I did know people in my grad program but didn't hang out with them on the reg like T and R. I mean, I did get a beer or two with some people at the Chilli's on campus but I didn't consider my classmates as "friends." I did know this one stoner girl that I split an edible with as an acquaintance and this other girl JS as a friend somewhat, but she was a stoner. Her friends and I and her had chilled one time at a bar, but afterward she had commented that they had said some critical things about me. I wasn't drunk off my butt at the bar, she said it was more of my personality or whatever. JS was somewhat of a confidante I would talk to about bs I was dealing with in the Spring. I though she was single but she wasn't, but she did have guy friends though.

 

I didn't have friends in the history department in the history department last year(14-15), but this year I'm somewhat making an attempt to change that. I have a friend as I consider him one, this guy I'll Th. Th is cool and he isn't arrogant or braggart like other people I've met in the department. He's near my age. Th is always busy with his work and we haven't hanged outside class. I've invited to get some beers but he's always busy the times I text him up. I do talk to other guys that are new to the program, but waiting to exchange numbers with them.

 

I haven't "hanged out" with much people this semester so far. "Hanging out" I mean partying and such. I've hanged out with J, he's a friend of T from high school that goes to the same college as I and lives in the same apartment/dorm complex as I. J and I have hanged out since about mid September probably about 1-2x a week. I would have a few beers and a few shots with him and his friends, and maybe smoke some green. I don't smoke too much weed like J and his friends. J's crew is different from hanging out with T. J's crew is a bit more fragmented at some points but they are cool to each other.
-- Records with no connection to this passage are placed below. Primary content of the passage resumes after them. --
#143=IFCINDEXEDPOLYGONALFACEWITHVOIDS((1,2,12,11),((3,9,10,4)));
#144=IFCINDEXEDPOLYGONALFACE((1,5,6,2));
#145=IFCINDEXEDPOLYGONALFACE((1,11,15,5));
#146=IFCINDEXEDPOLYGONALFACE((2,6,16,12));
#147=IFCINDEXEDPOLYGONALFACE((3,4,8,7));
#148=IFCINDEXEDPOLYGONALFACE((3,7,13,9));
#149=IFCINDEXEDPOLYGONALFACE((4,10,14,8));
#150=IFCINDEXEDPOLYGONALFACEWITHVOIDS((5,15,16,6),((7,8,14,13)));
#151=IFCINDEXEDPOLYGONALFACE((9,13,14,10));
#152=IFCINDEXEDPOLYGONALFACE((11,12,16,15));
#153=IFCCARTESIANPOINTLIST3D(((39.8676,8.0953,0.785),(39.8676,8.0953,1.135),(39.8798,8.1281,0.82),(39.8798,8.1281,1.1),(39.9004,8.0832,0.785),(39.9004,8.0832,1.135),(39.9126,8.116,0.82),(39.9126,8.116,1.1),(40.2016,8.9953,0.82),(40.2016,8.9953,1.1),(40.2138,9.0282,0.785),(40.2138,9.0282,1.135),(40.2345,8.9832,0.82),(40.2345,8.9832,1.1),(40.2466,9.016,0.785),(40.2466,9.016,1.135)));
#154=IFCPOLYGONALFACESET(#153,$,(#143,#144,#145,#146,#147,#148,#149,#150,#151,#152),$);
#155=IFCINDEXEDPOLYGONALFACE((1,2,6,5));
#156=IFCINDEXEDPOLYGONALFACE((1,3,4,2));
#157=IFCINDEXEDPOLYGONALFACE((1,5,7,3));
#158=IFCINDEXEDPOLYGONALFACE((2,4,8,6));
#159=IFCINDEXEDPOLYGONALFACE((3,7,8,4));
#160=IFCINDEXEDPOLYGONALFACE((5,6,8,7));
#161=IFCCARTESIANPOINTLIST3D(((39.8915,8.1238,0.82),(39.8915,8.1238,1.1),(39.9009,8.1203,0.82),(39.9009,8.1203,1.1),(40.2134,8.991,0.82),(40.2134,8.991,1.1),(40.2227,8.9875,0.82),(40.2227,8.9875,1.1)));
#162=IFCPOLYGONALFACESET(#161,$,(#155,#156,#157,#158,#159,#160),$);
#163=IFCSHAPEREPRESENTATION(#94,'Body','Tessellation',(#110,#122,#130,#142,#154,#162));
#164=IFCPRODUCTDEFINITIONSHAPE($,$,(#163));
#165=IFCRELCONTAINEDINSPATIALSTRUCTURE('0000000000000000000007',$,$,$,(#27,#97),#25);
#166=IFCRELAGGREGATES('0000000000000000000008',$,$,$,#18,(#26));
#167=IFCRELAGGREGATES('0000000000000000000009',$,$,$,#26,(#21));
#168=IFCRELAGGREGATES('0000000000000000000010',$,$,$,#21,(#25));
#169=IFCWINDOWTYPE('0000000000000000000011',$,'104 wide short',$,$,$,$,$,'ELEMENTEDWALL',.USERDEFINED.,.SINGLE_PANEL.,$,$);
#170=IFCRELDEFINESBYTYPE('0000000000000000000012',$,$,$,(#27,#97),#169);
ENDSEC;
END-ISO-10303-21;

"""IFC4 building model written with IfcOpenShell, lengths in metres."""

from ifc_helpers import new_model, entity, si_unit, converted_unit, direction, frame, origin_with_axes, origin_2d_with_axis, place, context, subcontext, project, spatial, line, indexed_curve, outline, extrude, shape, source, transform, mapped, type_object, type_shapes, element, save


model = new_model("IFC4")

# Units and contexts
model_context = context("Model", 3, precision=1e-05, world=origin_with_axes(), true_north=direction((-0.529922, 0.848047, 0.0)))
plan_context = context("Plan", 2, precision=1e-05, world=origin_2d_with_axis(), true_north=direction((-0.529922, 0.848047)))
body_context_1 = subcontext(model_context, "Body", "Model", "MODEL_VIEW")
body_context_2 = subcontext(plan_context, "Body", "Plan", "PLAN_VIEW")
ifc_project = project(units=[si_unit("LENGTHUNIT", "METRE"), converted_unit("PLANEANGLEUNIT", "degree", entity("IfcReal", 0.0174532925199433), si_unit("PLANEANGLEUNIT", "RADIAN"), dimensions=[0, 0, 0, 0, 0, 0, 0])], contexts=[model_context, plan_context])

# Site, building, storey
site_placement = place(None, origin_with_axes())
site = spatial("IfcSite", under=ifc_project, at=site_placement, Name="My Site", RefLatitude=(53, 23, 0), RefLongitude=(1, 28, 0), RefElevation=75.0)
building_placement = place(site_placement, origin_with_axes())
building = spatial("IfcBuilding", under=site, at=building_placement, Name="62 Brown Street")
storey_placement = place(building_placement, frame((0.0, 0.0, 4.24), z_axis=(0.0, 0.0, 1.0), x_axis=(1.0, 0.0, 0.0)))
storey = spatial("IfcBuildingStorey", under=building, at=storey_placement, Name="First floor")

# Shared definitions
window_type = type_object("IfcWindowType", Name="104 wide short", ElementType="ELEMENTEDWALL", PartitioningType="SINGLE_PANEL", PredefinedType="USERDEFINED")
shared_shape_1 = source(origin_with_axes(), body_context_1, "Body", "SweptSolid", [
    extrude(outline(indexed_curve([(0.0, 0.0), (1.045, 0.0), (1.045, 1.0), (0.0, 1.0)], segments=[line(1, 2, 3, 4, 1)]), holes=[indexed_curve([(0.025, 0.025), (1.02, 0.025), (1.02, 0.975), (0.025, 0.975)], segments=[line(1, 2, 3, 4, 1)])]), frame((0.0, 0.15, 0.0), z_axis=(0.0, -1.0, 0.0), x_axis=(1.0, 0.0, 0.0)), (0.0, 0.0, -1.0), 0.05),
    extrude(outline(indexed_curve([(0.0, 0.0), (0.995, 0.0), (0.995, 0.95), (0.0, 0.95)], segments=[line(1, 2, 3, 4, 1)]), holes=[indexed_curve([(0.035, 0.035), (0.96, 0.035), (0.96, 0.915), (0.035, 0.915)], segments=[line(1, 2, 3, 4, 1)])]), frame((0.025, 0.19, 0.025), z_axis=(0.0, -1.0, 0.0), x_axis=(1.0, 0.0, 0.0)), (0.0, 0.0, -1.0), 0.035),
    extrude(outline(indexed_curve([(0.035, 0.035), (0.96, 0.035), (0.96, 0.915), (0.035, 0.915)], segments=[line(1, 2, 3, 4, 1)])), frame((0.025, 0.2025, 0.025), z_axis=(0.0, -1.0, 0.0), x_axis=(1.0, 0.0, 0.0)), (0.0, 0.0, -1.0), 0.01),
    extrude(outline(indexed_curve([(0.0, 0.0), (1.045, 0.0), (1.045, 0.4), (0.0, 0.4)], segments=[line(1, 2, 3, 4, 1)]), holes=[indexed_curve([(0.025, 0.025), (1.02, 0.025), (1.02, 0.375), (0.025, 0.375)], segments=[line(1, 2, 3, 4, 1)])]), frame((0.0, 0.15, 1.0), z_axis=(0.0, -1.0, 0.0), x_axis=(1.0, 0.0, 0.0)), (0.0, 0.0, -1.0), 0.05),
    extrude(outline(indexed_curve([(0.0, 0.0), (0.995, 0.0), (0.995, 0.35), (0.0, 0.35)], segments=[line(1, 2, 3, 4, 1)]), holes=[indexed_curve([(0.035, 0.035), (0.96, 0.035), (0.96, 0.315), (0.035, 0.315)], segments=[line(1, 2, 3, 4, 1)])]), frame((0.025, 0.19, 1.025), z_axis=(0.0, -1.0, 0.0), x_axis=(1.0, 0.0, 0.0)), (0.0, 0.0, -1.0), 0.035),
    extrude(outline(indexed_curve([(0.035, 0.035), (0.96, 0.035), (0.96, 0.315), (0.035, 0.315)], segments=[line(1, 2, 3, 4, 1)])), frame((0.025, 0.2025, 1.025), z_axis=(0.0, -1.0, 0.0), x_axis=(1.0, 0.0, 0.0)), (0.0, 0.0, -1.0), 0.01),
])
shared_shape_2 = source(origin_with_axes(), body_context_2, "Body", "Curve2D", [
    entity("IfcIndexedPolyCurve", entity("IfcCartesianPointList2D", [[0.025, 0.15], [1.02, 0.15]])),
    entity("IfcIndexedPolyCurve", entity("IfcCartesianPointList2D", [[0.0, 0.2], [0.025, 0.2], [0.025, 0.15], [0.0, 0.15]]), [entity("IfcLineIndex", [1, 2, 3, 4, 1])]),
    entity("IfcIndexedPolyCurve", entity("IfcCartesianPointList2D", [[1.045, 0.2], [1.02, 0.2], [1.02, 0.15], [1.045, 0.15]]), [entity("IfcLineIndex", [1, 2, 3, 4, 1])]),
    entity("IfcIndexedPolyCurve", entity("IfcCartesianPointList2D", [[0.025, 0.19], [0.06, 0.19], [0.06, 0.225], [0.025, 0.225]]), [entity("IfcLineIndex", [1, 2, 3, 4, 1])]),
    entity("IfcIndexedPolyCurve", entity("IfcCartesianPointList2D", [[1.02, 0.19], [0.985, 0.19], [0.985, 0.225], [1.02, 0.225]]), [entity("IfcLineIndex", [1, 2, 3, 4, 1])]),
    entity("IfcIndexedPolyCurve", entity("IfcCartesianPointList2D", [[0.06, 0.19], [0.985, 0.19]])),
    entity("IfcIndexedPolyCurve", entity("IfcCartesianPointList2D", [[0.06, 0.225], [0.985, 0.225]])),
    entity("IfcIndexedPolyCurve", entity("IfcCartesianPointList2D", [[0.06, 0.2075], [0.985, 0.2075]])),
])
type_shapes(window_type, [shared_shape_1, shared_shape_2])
T's core was at least me, T, R,. J's core is fragmented somewhat.

 

-I go to a bar alone because I don't have a "wing man bro" that's near my age to go to the bar. Like I said, most of my friends I know are under 21 and can't go with me to the bar legally. When I go to the bar, I try to break the ice and talk to people at least. And also I go to the bar, looking to hook up with a single girl. I'm not alcoholic or anything, I typically go to a bar 1-2 a wk and average 3-6 drinks and that's it. But I either "hang out" with someone(like J) or go to the bar, that's my "weekend" out look per se. I get bored of not "having a weekend" because I'm wanting to go for my "final hurrah" of college(partying a bit, hooking up).

 

-I feel a degree of inferiority in comparison to the majority of male students(18-24) that attend my college. In terms of sex, partying, friendships/social skills/life, I consider grade myself maybe a D+ TO C- scale to everyone else at times. And I do the same thing to people's feeds(pics of partying, girls, etc) on Facebook to mineself. I rate myself low at times when I compare myself to "success" of people.

 

-I'm in grad school and the workload I want to stay up hours and hours up. I somewhat skim reads of books because the texts are so dry. I don't take notes from the reads but still can muster enough to bs a few points to say in class. I feel like one of those guys from the show Mad Men, that stay up hours and hours up working. I do this from Sunday night to Wednesday night. Then Thursday night-Saturday is my "weekend."

 

I'm 23 pushing 24, but I feel like I haven't had enough friends, haven't had sex, don't have the 40k job yet, don't have a good GPA in grad school(I have a 3.28 and I feel like it's "Crap"), I don't have the girl of my dreams yet, I don't have the good looking car to drive around. All that bs bothers me a lot and it gets to me at times, because it seems like every year I'm in college and I haven't reached a specific "milestone", I feel like a failure compared to people.

 

I do see a counselor and I do input my own feelings and such, and it does help a bit.

 

I do not know, if I'm having a quarter life crisis or what. Not sure what people can say or comment on me because I feel so confused and unsure about my own identity and sexuality and the status and quality of my own life.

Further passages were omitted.